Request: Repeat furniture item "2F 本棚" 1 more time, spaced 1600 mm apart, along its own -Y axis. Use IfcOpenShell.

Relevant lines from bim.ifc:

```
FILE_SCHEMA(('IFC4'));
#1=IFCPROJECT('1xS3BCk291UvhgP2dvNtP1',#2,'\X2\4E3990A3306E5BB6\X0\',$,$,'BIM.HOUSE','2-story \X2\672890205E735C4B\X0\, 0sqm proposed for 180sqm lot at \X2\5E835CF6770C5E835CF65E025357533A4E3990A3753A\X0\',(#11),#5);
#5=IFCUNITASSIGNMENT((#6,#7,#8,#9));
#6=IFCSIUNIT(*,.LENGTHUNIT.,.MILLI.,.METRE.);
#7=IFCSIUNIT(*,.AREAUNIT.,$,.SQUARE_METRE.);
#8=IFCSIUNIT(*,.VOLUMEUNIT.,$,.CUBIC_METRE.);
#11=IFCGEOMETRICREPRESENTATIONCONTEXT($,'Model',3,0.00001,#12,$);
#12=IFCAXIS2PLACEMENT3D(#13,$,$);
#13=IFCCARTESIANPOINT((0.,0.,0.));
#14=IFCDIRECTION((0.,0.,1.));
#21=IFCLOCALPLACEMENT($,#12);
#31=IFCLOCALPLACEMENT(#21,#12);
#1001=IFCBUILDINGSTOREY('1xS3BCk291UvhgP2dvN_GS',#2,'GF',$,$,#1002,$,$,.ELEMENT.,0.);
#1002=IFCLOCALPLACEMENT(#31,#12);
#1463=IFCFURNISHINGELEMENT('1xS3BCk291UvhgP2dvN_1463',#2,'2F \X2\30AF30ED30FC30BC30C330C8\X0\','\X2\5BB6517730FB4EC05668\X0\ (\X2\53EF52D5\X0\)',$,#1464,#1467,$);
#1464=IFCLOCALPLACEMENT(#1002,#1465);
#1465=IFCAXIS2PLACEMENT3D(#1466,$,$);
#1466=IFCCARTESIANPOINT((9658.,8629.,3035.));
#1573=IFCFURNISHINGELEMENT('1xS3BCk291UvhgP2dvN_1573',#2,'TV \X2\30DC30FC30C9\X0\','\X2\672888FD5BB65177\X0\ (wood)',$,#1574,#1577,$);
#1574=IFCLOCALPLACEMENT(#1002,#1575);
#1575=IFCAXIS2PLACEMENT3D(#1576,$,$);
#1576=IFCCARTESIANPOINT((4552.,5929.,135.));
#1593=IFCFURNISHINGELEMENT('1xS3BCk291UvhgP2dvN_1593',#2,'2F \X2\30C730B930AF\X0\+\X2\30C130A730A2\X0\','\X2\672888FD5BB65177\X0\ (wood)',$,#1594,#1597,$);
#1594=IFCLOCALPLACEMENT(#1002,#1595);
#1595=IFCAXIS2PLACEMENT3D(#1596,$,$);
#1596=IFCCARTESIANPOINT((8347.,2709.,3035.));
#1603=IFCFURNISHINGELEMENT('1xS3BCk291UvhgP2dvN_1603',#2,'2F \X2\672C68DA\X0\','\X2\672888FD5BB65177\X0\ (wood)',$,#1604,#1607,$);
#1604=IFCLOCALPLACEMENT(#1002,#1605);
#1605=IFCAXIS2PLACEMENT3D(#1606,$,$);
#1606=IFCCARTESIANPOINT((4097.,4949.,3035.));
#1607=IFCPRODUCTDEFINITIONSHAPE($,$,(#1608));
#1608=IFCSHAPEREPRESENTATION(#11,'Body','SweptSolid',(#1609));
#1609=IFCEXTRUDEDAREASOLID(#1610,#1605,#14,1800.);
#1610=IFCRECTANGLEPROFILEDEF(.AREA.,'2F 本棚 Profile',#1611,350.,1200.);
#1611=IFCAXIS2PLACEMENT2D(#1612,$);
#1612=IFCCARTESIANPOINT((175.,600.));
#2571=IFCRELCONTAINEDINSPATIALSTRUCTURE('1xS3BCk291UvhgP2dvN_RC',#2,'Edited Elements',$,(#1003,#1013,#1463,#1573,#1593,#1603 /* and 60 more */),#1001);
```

```python
import ifcopenshell
import ifcopenshell.api.geometry
import ifcopenshell.api.root
import ifcopenshell.util.element
import ifcopenshell.util.placement

model = ifcopenshell.open("bim.ifc")


def reuse_history(source, copy):
    """copy_class also copies each property set's owner history, people and application; keep the originals."""
    for rel in copy.IsDefinedBy:
        if rel.is_a("IfcRelDefinesByProperties") and (history := rel.RelatingPropertyDefinition.OwnerHistory):
            rel.RelatingPropertyDefinition.OwnerHistory = source.OwnerHistory
            ifcopenshell.util.element.remove_deep2(model, history)


source = model.by_guid("1xS3BCk291UvhgP2dvN_1603")
base = ifcopenshell.util.placement.get_local_placement(source.ObjectPlacement)
step = -base[:3, 1] * 1600.0

for i in range(1, 2):
    copy = ifcopenshell.api.root.copy_class(model, product=source)
    copy.Representation = ifcopenshell.util.element.copy_deep(
        model, source.Representation, exclude=["IfcGeometricRepresentationContext", "IfcRepresentationMap"]
    )
    reuse_history(source, copy)
    matrix = base.copy()
    matrix[:3, 3] += i * step
    print("added at", matrix[:3, 3].round(3) + 0.0)
    ifcopenshell.api.geometry.edit_object_placement(model, product=copy, matrix=matrix, is_si=False)

model.write("bim_edited.ifc")
```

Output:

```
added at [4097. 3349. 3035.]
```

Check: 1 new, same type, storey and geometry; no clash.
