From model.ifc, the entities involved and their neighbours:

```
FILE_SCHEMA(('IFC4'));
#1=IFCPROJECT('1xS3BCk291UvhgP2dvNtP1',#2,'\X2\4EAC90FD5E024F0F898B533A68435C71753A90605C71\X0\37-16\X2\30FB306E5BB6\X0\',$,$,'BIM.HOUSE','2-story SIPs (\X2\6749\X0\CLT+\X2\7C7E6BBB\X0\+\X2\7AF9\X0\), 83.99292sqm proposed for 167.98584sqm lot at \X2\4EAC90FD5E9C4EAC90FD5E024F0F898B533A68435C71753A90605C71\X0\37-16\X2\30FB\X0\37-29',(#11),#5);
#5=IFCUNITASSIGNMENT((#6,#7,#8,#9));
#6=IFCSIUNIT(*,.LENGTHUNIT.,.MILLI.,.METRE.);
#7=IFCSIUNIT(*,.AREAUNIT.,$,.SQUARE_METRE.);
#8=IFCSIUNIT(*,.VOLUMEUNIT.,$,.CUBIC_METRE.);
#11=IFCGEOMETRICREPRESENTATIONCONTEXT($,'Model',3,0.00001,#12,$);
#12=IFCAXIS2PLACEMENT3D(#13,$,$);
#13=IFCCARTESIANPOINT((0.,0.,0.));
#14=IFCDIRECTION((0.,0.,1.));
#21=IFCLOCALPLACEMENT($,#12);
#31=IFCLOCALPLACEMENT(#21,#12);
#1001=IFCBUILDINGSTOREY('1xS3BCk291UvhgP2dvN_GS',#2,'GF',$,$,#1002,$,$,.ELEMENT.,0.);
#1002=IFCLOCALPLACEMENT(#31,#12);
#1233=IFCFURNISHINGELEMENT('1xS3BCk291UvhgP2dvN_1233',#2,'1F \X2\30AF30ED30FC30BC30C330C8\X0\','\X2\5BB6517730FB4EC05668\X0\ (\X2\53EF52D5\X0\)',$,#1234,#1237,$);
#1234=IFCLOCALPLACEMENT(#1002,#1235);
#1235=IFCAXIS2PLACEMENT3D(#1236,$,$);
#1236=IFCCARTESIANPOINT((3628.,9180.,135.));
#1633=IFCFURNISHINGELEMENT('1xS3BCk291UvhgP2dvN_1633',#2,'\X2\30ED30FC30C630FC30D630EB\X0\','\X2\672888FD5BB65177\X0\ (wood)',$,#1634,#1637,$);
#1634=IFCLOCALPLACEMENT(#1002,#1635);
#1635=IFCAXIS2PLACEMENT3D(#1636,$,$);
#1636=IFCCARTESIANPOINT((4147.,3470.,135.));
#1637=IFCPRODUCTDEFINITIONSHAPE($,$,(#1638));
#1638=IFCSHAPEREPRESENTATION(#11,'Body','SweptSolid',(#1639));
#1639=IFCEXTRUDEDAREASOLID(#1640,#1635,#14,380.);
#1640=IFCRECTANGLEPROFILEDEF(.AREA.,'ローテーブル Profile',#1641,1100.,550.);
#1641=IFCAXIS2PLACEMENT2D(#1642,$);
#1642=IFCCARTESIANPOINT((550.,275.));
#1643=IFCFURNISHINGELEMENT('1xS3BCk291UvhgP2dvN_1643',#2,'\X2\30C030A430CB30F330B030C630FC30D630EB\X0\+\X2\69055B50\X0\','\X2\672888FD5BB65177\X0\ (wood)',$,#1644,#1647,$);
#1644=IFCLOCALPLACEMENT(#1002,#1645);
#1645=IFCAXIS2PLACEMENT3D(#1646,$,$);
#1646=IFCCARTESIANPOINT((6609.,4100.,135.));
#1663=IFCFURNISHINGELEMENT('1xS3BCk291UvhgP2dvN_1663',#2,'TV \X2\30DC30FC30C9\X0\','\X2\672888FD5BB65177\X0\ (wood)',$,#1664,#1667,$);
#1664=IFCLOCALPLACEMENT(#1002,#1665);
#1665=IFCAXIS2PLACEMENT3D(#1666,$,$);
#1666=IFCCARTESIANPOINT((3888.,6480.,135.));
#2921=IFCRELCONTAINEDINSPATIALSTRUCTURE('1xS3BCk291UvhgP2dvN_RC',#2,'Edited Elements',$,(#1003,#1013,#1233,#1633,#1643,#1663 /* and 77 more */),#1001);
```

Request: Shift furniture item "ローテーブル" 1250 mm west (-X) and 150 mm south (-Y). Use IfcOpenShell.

```python
import ifcopenshell
import ifcopenshell.api.geometry
import ifcopenshell.util.placement

model = ifcopenshell.open("model.ifc")

item = model.by_id(1633)
matrix = ifcopenshell.util.placement.get_local_placement(item.ObjectPlacement)
matrix[0, 3] -= 1250.0
matrix[1, 3] -= 150.0
ifcopenshell.api.geometry.edit_object_placement(model, product=item, matrix=matrix, is_si=False)

print(ifcopenshell.util.placement.get_local_placement(item.ObjectPlacement).round(3) + 0.0)

model.write("model_updated.ifc")
```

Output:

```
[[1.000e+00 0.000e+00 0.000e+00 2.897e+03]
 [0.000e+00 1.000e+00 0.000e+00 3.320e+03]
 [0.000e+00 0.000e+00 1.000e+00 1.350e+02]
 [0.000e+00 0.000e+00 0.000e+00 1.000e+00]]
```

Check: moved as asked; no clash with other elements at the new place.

* * * * * * * * *

> _WORK TASK_
Return a copy of each line in the records above that has "IFCSHAPEREPRESENTATION" in it.

> _RESULT OF THIS TASK_
#1608=IFCSHAPEREPRESENTATION(#11,'Body','SweptSolid',(#1609));
#1638=IFCSHAPEREPRESENTATION(#11,'Body','SweptSolid',(#1639));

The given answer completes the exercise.